NullPointerException when attempting to serialize an Avro GenericRecord containing an array
I’m trying to publish Avro (to Kafka) and get a NullPointerException
when trying to write an Avro object using BinaryEncoder
.
Here is a simplified stack trace:
java.lang.NullPointerException: null of array of com.mycode.DeeplyNestedObject of array of com.mycode.NestedObject of union of com.mycode.ParentObject
at org.apache.avro.generic.GenericDatumWriter.npe(GenericDatumWriter.java:132) ~[avro-1.8.1.jar:1.8.1]

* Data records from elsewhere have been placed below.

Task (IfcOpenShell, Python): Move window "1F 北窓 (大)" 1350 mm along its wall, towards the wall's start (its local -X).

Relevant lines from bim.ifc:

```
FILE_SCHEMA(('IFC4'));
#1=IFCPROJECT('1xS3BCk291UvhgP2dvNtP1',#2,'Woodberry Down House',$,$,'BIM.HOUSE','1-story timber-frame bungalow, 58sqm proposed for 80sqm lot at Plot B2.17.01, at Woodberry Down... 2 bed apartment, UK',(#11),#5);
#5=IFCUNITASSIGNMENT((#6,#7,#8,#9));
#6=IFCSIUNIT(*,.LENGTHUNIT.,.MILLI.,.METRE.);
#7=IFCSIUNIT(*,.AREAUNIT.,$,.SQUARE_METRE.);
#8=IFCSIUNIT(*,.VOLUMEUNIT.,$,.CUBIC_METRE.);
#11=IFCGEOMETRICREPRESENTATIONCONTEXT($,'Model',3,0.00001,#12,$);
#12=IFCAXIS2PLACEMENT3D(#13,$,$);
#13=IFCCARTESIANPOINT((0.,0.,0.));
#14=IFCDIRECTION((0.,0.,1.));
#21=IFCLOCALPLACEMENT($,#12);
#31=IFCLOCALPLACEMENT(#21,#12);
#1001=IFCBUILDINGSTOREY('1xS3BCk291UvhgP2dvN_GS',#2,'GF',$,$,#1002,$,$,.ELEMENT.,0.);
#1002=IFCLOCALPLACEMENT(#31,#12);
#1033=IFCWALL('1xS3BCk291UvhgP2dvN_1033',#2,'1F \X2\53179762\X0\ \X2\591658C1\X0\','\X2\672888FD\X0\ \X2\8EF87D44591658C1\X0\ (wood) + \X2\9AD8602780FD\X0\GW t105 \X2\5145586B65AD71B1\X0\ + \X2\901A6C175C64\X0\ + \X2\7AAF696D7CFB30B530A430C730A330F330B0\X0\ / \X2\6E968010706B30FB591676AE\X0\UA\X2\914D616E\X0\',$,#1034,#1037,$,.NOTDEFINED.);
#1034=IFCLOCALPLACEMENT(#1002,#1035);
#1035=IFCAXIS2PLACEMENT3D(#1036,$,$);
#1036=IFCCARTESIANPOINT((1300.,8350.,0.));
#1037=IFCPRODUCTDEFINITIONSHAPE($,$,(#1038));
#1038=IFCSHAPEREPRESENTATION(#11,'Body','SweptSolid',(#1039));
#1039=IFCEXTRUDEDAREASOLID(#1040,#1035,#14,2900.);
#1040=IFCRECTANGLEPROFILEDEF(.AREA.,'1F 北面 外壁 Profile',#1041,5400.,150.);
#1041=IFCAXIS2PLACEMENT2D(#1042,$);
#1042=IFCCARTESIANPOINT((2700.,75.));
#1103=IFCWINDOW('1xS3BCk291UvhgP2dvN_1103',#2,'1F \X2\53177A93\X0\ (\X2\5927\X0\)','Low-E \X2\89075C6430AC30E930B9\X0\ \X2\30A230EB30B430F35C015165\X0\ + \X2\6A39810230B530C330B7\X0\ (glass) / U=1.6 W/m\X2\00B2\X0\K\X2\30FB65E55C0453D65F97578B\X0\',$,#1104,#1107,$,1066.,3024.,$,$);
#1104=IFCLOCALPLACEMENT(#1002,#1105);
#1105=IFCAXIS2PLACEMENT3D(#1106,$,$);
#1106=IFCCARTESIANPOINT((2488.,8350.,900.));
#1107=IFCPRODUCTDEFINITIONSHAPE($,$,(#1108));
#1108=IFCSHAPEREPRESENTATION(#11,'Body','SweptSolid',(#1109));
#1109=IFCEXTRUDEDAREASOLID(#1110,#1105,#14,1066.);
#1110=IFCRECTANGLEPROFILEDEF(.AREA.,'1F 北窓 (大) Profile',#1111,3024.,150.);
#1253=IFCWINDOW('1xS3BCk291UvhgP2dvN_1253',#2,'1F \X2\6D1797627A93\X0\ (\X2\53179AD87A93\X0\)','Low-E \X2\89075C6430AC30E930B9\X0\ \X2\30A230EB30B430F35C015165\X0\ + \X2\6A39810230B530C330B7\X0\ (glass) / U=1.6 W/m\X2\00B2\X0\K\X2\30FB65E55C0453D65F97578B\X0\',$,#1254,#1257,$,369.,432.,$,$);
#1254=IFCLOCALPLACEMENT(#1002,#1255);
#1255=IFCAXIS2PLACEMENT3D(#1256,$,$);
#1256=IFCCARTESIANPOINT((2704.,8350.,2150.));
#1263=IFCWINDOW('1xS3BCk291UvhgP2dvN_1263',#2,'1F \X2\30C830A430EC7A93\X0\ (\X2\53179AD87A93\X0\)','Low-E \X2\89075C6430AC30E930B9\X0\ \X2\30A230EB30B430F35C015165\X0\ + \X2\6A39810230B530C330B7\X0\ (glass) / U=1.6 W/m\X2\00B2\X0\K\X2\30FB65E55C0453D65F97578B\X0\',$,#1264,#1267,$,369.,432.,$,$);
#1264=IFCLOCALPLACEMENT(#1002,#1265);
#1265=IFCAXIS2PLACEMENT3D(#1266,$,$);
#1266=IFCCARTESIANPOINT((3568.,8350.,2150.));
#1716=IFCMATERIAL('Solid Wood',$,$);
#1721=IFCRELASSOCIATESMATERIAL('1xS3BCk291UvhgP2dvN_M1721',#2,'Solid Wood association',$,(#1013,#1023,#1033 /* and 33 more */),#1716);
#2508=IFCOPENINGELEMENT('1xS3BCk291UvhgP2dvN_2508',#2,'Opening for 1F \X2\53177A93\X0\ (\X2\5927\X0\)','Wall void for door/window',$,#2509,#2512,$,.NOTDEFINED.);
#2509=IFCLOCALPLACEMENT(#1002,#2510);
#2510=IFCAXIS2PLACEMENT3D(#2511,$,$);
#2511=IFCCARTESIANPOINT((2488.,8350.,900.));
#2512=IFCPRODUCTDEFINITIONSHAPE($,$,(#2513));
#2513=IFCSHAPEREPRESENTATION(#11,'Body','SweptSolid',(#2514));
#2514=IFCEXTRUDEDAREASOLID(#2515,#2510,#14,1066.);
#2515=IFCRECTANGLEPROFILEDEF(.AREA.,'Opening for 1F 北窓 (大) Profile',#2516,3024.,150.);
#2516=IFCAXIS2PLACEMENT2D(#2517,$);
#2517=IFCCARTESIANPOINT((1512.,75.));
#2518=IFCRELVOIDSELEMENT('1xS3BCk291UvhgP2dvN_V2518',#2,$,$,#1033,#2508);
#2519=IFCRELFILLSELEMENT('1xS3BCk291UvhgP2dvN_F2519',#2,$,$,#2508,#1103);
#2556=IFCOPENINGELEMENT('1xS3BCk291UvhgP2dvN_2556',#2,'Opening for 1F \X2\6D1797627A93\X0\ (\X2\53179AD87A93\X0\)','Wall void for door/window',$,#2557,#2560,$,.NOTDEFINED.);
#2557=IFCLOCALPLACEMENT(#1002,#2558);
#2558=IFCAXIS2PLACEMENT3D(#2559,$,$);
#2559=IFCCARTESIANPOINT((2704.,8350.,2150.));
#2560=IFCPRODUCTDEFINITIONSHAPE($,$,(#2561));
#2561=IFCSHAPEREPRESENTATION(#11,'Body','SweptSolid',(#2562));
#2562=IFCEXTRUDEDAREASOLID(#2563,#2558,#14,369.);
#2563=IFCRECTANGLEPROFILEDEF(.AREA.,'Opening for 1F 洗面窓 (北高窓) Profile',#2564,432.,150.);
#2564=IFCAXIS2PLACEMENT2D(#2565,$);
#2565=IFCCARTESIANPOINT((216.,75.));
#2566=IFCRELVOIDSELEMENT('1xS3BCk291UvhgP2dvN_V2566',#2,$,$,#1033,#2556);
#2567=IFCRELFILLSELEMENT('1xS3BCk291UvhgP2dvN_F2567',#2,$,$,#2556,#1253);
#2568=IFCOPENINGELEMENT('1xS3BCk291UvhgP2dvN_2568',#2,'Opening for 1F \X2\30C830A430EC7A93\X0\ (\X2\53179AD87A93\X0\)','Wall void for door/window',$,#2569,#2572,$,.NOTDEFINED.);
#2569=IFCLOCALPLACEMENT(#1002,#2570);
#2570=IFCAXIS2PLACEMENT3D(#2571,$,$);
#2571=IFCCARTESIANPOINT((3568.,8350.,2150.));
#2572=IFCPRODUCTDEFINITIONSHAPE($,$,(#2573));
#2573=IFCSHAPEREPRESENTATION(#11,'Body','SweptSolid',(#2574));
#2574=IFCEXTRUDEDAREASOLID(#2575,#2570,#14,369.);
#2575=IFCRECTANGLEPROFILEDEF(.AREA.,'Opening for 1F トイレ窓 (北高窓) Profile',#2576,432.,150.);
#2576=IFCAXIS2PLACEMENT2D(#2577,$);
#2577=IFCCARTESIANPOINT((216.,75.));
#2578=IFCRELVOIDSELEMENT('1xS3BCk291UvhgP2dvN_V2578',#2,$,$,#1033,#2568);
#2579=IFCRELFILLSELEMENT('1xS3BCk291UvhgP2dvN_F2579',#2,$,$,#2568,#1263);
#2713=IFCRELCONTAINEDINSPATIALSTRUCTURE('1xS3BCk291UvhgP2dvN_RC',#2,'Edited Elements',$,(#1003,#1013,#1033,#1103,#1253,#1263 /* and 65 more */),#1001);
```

```python
import ifcopenshell
import ifcopenshell.api.geometry
import ifcopenshell.util.placement
import ifcopenshell.util.unit

model = ifcopenshell.open("bim.ifc")
unit_scale = ifcopenshell.util.unit.calculate_unit_scale(model)

window = model.by_guid("1xS3BCk291UvhgP2dvN_1103")
opening = window.FillsVoids[0].RelatingOpeningElement
wall = opening.VoidsElements[0].RelatingBuildingElement

wall_matrix = ifcopenshell.util.placement.get_local_placement(wall.ObjectPlacement)
shift = wall_matrix[:3, 0] * -1.35 / unit_scale
before = ifcopenshell.util.placement.get_local_placement(window.ObjectPlacement)[:3, 3].copy()

# The window is not placed relative to its opening, so move both.
for product in (opening, window):
    matrix = ifcopenshell.util.placement.get_local_placement(product.ObjectPlacement)
    matrix[:3, 3] += shift
    ifcopenshell.api.geometry.edit_object_placement(model, product=product, matrix=matrix, is_si=False)

after = ifcopenshell.util.placement.get_local_placement(window.ObjectPlacement)[:3, 3]
print("window moved by", (after - before).round(3) + 0.0)

model.write("bim_rev.ifc")
```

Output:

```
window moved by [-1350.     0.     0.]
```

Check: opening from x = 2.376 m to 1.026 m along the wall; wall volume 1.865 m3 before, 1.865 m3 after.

at org.apache.avro.generic.GenericDatumWriter.writeWithoutConversion(GenericDatumWriter.java:126) ~[avro-1.8.1.jar:1.8.1]
at org.apache.avro.generic.GenericDatumWriter.write(GenericDatumWriter.java:73) ~[avro-1.8.1.jar:1.8.1]
at org.apache.avro.generic.GenericDatumWriter.write(GenericDatumWriter.java:60) ~[avro-1.8.1.jar:1.8.1]
at com.mycode.KafkaAvroPublisher.send(KafkaAvroPublisher.java:61) ~[classes/:na]
....
at org.apache.avro.generic.GenericDatumWriter.write(GenericDatumWriter.java:73) ~[avro-1.8.1.jar:1.8.1]
at org.apache.avro.generic.GenericDatumWriter.writeWithoutConversion(GenericDatumWriter.java:112) ~[avro-1.8.1.jar:1.8.1]
at org.apache.avro.specific.SpecificDatumWriter.writeField(SpecificDatumWriter.java:87) ~[avro-1.8.1.jar:1.8.1]
at org.apache.avro.generic.GenericDatumWriter.writeRecord(GenericDatumWriter.java:143) ~[avro-1.8.1.jar:1.8.1]
at org.apache.avro.generic.GenericDatumWriter.writeWithoutConversion(GenericDatumWriter.java:105) ~[avro-1.8.1.jar:1.8.1]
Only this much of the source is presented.